Collected data entries
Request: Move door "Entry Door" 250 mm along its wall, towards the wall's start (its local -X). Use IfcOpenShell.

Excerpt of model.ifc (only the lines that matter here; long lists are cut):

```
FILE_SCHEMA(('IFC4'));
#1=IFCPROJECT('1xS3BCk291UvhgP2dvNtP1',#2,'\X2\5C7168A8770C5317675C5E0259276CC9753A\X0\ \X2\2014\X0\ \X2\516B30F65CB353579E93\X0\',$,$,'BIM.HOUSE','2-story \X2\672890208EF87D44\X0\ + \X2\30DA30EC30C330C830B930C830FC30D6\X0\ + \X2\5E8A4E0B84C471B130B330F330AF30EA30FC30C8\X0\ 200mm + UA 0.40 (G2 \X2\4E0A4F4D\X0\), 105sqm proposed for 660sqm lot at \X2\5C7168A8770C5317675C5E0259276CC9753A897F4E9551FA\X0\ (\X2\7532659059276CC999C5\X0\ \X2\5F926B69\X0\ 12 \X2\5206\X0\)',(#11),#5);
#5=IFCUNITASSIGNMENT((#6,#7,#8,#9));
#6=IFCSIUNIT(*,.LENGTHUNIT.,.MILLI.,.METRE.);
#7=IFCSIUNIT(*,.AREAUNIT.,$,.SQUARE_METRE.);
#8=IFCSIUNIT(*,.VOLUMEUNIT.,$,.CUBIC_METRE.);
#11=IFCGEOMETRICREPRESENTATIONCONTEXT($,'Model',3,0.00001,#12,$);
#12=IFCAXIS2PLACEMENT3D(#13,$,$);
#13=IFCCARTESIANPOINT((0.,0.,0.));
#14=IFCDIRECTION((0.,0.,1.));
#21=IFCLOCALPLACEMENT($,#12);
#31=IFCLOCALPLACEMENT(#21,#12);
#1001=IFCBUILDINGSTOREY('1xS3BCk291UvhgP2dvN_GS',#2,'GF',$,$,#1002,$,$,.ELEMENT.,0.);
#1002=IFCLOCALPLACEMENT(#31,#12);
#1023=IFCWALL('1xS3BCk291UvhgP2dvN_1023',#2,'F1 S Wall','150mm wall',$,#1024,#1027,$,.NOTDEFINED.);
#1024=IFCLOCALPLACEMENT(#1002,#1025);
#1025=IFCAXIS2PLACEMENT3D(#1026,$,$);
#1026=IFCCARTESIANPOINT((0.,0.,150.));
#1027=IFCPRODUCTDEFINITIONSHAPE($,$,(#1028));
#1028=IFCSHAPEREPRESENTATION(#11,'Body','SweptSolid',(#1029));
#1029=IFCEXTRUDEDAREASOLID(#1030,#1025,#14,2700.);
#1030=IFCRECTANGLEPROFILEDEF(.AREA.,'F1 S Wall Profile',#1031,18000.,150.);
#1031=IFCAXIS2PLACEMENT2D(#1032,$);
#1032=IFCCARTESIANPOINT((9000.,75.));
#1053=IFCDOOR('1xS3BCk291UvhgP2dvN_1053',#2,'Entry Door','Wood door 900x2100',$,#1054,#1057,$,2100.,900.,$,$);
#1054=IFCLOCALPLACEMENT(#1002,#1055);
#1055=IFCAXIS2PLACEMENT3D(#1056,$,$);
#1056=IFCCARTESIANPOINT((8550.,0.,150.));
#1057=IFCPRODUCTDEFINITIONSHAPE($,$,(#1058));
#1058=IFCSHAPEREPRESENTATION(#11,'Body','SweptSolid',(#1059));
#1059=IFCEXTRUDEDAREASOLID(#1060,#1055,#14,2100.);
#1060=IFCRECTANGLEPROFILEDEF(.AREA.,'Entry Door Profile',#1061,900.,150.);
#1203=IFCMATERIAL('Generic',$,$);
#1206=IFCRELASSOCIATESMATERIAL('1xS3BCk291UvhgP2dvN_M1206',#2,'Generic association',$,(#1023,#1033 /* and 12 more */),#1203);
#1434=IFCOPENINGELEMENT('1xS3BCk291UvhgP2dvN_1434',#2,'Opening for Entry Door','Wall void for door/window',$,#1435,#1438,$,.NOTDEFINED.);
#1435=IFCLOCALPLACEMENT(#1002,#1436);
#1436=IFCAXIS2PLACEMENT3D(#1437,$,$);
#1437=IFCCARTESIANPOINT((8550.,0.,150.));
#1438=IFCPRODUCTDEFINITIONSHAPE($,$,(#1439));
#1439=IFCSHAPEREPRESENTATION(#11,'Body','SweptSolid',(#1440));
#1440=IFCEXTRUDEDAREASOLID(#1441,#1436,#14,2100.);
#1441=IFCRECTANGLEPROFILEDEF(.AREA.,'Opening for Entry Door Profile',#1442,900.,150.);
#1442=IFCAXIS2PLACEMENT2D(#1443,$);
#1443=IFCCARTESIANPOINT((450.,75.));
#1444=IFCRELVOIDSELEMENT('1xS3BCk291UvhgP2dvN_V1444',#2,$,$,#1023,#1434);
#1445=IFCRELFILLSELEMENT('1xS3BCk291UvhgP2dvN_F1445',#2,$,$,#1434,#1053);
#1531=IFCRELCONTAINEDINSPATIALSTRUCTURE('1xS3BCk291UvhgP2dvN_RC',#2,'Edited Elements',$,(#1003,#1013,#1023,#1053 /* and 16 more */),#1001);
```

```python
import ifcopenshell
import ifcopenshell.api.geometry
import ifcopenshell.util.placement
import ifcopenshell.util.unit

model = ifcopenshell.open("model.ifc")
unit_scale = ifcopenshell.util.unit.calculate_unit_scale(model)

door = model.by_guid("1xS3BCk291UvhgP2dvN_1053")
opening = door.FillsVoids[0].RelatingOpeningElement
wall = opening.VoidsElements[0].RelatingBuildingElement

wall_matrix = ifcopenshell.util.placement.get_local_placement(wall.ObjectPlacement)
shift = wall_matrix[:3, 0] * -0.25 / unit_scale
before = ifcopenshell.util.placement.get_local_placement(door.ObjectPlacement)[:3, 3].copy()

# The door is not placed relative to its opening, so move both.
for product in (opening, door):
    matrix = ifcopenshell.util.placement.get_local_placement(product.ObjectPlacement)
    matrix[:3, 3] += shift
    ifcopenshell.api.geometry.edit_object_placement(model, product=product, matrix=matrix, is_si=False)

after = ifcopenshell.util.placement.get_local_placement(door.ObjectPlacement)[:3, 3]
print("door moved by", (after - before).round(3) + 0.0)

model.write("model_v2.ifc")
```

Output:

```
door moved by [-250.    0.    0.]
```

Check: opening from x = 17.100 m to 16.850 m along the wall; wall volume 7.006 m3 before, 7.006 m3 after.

...

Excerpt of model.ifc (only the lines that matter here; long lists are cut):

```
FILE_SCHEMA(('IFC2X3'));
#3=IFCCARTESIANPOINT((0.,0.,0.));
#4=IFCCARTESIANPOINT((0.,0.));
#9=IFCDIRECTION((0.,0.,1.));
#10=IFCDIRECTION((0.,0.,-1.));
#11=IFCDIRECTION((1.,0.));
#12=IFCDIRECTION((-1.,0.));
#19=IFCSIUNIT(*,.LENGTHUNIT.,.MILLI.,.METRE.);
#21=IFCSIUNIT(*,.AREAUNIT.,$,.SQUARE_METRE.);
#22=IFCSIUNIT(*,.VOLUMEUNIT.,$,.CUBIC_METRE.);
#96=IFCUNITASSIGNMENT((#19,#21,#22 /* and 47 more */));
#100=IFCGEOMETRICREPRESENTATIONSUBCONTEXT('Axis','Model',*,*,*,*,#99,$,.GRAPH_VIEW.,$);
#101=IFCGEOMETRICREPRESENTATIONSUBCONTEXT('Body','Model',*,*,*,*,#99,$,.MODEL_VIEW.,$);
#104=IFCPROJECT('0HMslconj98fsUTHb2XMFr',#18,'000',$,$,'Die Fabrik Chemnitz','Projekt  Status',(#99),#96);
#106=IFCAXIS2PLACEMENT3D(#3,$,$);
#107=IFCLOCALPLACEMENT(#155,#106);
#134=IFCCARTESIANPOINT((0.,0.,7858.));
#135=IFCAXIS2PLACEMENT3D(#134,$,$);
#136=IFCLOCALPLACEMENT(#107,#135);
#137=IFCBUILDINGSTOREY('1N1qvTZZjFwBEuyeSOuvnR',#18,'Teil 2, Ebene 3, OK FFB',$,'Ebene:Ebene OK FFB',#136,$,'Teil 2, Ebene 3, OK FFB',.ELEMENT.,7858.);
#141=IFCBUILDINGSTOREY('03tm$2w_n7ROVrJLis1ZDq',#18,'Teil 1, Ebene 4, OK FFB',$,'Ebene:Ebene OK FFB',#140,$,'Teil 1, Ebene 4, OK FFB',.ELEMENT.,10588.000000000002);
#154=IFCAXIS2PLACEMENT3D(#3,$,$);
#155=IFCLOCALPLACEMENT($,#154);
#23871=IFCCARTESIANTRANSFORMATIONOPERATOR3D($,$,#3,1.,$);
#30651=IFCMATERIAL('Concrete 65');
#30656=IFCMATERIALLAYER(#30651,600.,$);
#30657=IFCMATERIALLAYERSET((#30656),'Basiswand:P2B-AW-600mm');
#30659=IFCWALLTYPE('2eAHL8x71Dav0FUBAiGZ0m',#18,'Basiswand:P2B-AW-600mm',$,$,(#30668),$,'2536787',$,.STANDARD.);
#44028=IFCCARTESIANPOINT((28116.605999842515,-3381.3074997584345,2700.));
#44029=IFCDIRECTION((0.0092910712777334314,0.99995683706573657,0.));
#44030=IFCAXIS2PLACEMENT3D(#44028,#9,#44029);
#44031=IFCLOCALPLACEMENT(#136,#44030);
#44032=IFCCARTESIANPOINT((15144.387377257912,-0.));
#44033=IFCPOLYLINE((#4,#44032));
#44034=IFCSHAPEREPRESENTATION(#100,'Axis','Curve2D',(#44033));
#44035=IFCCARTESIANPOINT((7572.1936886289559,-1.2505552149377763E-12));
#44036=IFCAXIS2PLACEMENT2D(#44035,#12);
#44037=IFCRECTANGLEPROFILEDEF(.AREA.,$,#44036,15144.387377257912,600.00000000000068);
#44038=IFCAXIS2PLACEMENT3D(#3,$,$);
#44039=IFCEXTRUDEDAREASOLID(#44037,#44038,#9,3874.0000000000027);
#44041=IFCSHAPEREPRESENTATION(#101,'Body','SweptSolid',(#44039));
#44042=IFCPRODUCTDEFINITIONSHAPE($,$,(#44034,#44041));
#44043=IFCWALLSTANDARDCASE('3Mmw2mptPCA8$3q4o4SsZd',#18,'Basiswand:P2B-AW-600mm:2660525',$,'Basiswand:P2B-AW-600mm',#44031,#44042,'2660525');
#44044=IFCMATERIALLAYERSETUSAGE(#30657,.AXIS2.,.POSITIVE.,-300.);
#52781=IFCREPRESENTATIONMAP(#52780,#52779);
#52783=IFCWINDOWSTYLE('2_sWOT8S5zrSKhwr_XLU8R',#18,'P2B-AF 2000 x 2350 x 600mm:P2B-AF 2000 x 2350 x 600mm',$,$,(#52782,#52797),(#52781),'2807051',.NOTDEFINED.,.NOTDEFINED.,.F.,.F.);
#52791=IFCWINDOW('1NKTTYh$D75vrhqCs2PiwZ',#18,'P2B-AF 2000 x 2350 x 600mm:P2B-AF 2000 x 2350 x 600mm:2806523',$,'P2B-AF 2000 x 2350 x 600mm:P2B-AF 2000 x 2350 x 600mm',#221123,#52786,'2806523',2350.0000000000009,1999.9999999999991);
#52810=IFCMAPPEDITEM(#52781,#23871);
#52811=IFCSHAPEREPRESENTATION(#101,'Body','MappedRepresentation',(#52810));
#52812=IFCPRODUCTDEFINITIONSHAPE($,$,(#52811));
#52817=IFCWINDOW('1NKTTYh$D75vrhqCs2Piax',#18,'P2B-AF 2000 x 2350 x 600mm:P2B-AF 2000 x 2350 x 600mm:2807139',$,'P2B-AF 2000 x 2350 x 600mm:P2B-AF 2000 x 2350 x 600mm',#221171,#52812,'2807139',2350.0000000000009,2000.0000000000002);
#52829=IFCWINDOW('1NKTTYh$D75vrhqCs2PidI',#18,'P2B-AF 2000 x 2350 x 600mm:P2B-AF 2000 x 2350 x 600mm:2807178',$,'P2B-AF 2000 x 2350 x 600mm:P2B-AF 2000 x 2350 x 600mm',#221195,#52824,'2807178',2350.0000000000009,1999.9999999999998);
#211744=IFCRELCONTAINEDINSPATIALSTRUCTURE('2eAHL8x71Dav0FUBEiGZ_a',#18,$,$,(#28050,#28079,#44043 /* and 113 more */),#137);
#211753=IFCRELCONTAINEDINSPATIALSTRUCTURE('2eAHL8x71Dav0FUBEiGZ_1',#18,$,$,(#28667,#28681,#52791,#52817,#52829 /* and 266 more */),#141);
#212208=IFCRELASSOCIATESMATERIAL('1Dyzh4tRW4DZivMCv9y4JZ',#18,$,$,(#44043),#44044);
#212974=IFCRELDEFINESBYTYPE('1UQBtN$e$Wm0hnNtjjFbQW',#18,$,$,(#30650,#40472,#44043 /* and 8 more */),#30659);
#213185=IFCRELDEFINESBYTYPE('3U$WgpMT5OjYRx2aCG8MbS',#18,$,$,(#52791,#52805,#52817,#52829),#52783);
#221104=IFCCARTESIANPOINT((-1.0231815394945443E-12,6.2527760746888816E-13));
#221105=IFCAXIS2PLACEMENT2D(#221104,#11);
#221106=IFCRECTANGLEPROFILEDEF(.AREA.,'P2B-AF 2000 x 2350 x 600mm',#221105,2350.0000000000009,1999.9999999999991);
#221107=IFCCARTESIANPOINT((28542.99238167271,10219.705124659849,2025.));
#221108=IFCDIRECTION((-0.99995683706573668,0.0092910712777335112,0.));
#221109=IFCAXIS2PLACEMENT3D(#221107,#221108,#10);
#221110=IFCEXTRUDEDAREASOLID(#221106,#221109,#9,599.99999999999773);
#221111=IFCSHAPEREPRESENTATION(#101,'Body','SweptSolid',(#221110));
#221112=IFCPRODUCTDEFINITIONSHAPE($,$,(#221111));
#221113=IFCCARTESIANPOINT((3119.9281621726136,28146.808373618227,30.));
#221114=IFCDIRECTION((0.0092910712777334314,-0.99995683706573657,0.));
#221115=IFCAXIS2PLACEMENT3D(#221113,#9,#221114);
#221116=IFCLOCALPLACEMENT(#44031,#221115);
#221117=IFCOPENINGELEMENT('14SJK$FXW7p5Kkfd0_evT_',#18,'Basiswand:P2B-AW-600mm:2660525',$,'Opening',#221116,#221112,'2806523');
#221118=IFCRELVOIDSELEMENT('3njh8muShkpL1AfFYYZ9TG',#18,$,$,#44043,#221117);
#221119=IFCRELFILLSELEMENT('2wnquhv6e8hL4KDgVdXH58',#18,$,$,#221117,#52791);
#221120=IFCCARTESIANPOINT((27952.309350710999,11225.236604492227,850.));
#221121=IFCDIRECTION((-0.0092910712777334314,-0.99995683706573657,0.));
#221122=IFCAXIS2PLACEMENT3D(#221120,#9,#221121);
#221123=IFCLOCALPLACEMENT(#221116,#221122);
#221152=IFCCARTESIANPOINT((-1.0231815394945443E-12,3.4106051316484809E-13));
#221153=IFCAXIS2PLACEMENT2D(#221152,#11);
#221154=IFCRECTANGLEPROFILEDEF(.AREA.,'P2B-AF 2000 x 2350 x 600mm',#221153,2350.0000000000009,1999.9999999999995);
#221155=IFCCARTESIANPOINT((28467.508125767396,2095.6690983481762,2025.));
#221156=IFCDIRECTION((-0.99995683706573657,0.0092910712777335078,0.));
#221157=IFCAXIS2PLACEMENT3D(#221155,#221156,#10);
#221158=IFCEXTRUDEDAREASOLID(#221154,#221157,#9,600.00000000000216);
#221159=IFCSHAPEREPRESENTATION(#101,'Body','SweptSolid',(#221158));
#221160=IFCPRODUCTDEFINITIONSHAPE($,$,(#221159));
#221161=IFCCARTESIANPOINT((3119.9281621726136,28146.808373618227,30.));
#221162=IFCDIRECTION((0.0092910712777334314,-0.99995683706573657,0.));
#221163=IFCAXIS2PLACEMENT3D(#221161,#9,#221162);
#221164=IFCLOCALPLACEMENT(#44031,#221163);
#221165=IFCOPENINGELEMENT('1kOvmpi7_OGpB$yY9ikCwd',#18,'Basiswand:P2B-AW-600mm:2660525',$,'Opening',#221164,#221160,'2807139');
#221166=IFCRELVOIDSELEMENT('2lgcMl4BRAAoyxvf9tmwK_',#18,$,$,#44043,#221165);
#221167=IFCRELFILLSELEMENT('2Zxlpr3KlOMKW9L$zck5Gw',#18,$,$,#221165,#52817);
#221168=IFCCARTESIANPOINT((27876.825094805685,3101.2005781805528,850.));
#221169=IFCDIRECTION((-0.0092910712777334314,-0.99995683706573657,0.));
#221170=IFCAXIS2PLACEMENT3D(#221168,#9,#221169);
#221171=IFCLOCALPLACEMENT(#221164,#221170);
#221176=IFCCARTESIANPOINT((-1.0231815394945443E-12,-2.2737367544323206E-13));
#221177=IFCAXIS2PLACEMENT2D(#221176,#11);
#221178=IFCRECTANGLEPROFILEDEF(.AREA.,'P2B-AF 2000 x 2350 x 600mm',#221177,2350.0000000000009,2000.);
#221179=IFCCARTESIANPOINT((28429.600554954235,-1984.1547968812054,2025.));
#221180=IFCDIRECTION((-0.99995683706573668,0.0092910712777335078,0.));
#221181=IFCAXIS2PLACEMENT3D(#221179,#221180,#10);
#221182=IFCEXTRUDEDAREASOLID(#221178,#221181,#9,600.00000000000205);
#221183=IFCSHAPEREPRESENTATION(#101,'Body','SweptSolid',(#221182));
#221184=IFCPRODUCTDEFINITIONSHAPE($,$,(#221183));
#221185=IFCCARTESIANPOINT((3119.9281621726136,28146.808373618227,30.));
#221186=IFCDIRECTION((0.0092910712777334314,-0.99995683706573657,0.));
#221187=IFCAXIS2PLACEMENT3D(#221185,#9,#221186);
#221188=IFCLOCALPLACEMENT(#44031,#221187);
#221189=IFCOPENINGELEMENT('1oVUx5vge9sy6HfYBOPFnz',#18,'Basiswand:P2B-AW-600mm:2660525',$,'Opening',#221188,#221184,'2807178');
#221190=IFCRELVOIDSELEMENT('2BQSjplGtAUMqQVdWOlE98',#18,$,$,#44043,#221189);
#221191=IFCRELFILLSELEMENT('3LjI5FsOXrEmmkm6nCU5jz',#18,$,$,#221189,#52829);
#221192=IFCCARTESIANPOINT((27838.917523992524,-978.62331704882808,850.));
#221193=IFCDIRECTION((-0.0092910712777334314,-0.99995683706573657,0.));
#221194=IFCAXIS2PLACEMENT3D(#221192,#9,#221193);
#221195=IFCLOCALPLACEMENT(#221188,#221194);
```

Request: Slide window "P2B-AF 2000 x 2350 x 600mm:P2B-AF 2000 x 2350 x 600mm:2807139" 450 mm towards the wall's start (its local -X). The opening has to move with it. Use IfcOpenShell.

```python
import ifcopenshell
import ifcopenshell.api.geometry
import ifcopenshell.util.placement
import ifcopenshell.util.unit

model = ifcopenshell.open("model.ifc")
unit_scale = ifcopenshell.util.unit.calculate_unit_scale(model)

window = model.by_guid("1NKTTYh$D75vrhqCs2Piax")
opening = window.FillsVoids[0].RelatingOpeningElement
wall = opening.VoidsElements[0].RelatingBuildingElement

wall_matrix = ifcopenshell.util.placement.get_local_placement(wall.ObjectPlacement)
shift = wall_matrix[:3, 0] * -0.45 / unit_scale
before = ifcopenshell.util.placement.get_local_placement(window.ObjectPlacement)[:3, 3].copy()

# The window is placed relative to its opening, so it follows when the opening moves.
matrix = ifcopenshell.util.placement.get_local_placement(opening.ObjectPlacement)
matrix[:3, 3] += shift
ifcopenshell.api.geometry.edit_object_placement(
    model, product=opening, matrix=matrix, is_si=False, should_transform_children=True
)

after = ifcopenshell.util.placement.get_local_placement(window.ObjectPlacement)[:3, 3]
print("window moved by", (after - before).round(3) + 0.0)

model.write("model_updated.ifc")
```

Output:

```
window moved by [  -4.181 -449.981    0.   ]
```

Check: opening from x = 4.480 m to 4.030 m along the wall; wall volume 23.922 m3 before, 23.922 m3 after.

**Work to complete**. Working from the entries above, find every line in which the word "AREAUNIT" occurs and copy it.

**Answer area**.
#7=IFCSIUNIT(*,.AREAUNIT.,$,.SQUARE_METRE.);
#21=IFCSIUNIT(*,.AREAUNIT.,$,.SQUARE_METRE.);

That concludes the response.